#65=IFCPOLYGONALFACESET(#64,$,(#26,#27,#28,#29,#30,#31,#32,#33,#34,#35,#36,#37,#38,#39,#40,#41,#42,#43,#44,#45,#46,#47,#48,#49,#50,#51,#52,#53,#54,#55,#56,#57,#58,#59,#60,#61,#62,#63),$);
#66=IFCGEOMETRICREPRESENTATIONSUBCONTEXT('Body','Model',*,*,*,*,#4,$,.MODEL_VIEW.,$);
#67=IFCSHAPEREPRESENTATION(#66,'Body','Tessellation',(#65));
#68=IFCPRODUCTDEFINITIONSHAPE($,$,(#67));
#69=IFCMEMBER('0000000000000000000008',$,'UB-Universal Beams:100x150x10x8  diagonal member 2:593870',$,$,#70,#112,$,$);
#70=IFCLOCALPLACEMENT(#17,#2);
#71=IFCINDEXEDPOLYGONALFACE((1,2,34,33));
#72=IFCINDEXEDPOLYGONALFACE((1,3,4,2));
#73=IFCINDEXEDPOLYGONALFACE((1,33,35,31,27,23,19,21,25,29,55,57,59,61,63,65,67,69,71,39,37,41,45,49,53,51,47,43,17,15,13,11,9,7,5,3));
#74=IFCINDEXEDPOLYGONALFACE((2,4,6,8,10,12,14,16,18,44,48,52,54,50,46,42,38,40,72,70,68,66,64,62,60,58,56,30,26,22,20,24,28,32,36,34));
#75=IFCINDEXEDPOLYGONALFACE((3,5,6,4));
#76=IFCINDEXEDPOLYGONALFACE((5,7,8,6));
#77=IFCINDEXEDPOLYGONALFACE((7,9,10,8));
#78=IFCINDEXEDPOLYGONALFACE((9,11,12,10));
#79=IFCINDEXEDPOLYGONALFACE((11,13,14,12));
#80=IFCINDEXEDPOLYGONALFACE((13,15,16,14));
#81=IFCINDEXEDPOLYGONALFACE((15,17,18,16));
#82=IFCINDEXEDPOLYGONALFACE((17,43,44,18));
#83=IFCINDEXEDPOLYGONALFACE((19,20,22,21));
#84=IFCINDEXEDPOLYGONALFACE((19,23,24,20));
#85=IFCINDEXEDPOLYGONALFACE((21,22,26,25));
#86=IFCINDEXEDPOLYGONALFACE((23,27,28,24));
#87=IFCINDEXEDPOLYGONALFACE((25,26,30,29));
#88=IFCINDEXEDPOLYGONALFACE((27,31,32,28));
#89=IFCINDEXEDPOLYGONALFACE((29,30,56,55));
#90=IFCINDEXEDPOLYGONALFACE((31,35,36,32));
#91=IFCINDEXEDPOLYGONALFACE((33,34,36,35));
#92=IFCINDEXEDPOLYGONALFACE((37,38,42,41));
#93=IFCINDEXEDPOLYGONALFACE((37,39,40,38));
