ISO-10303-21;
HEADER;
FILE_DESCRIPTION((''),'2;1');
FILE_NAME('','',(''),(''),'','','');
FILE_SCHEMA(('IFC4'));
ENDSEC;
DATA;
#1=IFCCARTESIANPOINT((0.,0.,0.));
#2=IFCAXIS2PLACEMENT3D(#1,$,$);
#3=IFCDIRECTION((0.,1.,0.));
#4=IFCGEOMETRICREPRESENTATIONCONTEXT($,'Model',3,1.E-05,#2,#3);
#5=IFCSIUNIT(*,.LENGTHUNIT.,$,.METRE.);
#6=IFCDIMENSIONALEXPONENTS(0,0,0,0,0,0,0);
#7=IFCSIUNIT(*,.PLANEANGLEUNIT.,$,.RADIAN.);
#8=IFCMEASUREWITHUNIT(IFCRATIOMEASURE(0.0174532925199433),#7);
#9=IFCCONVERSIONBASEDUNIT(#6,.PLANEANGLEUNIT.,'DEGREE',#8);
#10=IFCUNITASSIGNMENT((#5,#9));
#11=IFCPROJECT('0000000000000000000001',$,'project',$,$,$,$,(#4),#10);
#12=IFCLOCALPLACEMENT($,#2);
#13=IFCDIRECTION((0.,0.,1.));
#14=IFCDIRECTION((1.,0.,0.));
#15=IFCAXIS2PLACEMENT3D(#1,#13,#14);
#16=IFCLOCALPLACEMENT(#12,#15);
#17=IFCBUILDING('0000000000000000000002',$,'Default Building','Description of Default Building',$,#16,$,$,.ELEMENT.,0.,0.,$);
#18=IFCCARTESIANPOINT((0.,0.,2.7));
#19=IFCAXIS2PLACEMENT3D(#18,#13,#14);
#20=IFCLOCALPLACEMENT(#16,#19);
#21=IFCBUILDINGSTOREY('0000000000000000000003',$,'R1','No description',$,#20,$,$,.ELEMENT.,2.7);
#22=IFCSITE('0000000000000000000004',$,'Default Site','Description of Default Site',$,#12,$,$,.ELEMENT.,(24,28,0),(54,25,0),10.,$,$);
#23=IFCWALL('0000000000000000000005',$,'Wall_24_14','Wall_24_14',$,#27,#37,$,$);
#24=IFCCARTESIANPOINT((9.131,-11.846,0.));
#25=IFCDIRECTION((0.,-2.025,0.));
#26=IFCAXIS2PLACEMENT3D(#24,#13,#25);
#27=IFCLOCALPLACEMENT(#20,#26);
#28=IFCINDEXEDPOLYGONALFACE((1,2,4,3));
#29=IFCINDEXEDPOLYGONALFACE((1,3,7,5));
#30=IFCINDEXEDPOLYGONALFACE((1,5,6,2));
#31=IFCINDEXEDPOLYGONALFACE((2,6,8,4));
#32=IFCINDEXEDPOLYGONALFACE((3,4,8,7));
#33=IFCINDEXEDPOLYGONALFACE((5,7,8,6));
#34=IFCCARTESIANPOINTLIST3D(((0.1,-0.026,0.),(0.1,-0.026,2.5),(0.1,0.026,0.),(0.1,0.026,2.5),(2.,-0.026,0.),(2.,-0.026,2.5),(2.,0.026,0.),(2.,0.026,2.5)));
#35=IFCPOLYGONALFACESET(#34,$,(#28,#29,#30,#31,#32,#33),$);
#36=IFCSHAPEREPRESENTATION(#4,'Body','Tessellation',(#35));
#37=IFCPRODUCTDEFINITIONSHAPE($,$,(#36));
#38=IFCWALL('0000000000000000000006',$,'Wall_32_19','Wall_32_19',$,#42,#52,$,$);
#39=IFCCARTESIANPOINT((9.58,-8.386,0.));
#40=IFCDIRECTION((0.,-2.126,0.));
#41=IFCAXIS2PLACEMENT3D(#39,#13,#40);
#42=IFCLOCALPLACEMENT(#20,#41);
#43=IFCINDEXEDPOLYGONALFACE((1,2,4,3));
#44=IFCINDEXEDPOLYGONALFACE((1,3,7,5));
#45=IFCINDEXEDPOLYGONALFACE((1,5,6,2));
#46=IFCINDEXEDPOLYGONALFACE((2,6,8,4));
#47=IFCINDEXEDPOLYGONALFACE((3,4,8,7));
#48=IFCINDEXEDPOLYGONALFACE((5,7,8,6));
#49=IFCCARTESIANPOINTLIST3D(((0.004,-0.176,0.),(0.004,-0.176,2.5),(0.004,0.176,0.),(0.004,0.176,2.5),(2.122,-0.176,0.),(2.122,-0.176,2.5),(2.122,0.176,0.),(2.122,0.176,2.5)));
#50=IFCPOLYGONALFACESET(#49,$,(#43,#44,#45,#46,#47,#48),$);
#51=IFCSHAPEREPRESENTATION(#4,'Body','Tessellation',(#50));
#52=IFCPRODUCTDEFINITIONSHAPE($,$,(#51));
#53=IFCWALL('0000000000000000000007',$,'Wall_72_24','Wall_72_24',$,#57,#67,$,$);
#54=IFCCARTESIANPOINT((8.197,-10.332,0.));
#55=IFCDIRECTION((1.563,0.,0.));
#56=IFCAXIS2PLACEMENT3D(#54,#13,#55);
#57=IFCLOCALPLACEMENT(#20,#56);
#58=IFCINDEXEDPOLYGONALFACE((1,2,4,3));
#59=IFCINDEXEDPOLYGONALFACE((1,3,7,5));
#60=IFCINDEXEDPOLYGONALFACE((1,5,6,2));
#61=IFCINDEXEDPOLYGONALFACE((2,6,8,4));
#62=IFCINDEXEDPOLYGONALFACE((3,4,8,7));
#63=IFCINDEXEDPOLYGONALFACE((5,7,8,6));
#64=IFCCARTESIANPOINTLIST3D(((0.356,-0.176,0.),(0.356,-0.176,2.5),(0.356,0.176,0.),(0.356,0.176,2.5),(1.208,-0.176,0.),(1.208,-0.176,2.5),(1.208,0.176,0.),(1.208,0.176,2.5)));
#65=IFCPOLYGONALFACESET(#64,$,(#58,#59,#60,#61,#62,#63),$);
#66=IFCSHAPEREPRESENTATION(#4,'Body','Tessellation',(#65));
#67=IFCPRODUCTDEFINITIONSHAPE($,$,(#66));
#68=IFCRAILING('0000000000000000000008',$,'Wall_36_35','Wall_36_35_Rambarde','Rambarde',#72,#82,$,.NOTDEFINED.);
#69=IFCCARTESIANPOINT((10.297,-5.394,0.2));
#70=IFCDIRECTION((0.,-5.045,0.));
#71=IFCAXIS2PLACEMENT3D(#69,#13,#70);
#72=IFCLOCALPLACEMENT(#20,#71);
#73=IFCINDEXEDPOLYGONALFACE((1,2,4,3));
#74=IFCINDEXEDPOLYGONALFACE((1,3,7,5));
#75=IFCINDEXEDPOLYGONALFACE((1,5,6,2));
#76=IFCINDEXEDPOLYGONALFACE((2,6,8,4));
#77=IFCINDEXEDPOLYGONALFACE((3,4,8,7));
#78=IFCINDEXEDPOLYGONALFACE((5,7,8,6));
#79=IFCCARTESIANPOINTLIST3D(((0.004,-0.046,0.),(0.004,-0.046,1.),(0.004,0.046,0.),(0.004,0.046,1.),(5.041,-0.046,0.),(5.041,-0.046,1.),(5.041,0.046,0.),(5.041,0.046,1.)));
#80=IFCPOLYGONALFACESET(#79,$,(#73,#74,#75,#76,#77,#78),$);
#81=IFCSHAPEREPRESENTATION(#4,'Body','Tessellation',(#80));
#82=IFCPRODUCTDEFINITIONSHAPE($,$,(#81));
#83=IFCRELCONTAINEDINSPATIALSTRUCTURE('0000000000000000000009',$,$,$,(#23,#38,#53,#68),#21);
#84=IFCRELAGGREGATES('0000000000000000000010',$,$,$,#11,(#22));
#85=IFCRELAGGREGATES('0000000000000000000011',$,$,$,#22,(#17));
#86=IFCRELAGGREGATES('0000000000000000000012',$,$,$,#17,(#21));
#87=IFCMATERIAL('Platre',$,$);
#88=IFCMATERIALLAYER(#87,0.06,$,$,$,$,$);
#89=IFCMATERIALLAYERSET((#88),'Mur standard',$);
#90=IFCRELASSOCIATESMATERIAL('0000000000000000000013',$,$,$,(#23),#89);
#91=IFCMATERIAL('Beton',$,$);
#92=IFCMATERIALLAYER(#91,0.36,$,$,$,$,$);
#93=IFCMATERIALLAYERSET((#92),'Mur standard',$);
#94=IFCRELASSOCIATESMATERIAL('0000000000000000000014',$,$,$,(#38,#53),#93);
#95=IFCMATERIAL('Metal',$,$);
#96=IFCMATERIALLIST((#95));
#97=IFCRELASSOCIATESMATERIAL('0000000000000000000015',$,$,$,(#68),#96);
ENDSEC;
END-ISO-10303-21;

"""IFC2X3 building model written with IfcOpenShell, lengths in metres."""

from ifc_helpers import new_model, entity, si_unit, converted_unit, direction, frame, origin, origin_with_axes, place, context, project, spatial, polyline, outline, extrude, material, material_list, layer, layer_set, layer_usage, element, save


model = new_model("IFC2X3")

# Units and contexts
model_context = context("Model", 3, precision=1e-05, world=origin(), true_north=direction((0.0, 1.0, 0.0)))
ifc_project = project(units=[si_unit("LENGTHUNIT", "METRE"), converted_unit("PLANEANGLEUNIT", "DEGREE", entity("IfcRatioMeasure", 0.0174532925199433), si_unit("PLANEANGLEUNIT", "RADIAN"), dimensions=[0, 0, 0, 0, 0, 0, 0])], contexts=[model_context])

# Site, building, storey
site_placement = place(None, origin())
site = spatial("IfcSite", under=ifc_project, at=site_placement, Name="Default Site", Description="Description of Default Site", CompositionType="ELEMENT", RefLatitude=(24, 28, 0), RefLongitude=(54, 25, 0), RefElevation=10.0)
building_placement = place(site_placement, origin_with_axes())
building = spatial("IfcBuilding", under=site, at=building_placement, Name="Default Building", Description="Description of Default Building", CompositionType="ELEMENT", ElevationOfRefHeight=0.0, ElevationOfTerrain=0.0)
storey_placement = place(building_placement, frame((0.0, 0.0, 2.7), z_axis=(0.0, 0.0, 1.0), x_axis=(1.0, 0.0, 0.0)))
storey = spatial("IfcBuildingStorey", under=building, at=storey_placement, Name="R1", Description="No description", CompositionType="ELEMENT", Elevation=2.7)

# Shared definitions
ifc_material_1 = material(Name="Beton")
ifc_layer_1 = layer(ifc_material_1, 0.36)
ifc_layer_set_1 = layer_set([ifc_layer_1], Name="Mur standard")
ifc_layer_usage_1 = layer_usage(ifc_layer_set_1, "AXIS2", "NEGATIVE", 0.36)

# Shared definitions
ifc_material_2 = material(Name="Platre")
ifc_layer_2 = layer(ifc_material_2, 0.06)
ifc_layer_set_2 = layer_set([ifc_layer_2], Name="Mur standard")
ifc_layer_usage_2 = layer_usage(ifc_layer_set_2, "AXIS2", "NEGATIVE", 0.06)

# Wall
wall_1_placement = place(storey_placement, frame((9.131, -11.846, 0.0), z_axis=(0.0, 0.0, 1.0), x_axis=(0.0, -2.025, 0.0)))
element("IfcWall", 1, at=wall_1_placement, inside=storey, material=ifc_layer_usage_2, Name="Wall_24_14", Description="Wall_24_14", context=model_context, shape_type="SweptSolid", body=[
    extrude(outline(polyline([(0.1, -0.026), (2.0, -0.026), (2.0, 0.026), (0.1, 0.026), (0.1, -0.026)])), origin(), (0.0, 0.0, 1.0), 2.5),
])

# Walls
wall_2_placement = place(storey_placement, frame((9.58, -8.386, 0.0), z_axis=(0.0, 0.0, 1.0), x_axis=(0.0, -2.126, 0.0)))
element("IfcWall", 2, at=wall_2_placement, inside=storey, material=ifc_layer_usage_1, Name="Wall_32_19", Description="Wall_32_19", context=model_context, shape_type="SweptSolid", body=[
    extrude(outline(polyline([(0.004, -0.176), (2.122, -0.176), (2.122, 0.176), (0.004, 0.176), (0.004, -0.176)])), origin(), (0.0, 0.0, 1.0), 2.5),
])
wall_3_placement = place(storey_placement, frame((8.197, -10.332, 0.0), z_axis=(0.0, 0.0, 1.0), x_axis=(1.563, 0.0, 0.0)))
element("IfcWall", 3, at=wall_3_placement, inside=storey, material=ifc_layer_usage_1, Name="Wall_72_24", Description="Wall_72_24", context=model_context, shape_type="SweptSolid", body=[
    extrude(outline(polyline([(0.356, 0.176), (0.356, -0.176), (1.208, -0.176), (1.208, 0.176), (0.356, 0.176)])), origin(), (0.0, 0.0, 1.0), 2.5),
])

# Railing
ifc_material_3 = material(Name="Metal")
ifc_material_list_1 = material_list([ifc_material_3])
railing_placement = place(storey_placement, frame((10.297, -5.394, 0.2), z_axis=(0.0, 0.0, 1.0), x_axis=(0.0, -5.045, 0.0)))
element("IfcRailing", 4, at=railing_placement, inside=storey, material=ifc_material_list_1, Name="Wall_36_35", Description="Wall_36_35_Rambarde", ObjectType="Rambarde", PredefinedType="NOTDEFINED", context=model_context, shape_type="SweptSolid", body=[
    extrude(outline(polyline([(0.004, -0.046), (5.041, -0.046), (5.041, 0.046), (0.004, 0.046), (0.004, -0.046)])), origin(), (0.0, 0.0, 1.0), 1.0),
])

save(model, "model.ifc")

····················

» What you need to do: Using the data above, return every line that contains the string "IFCDIRECTION".

» Response:
#3=IFCDIRECTION((0.,1.,0.));
#13=IFCDIRECTION((0.,0.,1.));
#14=IFCDIRECTION((1.,0.,0.));
#25=IFCDIRECTION((0.,-2.025,0.));
#40=IFCDIRECTION((0.,-2.126,0.));
#55=IFCDIRECTION((1.563,0.,0.));
#70=IFCDIRECTION((0.,-5.045,0.));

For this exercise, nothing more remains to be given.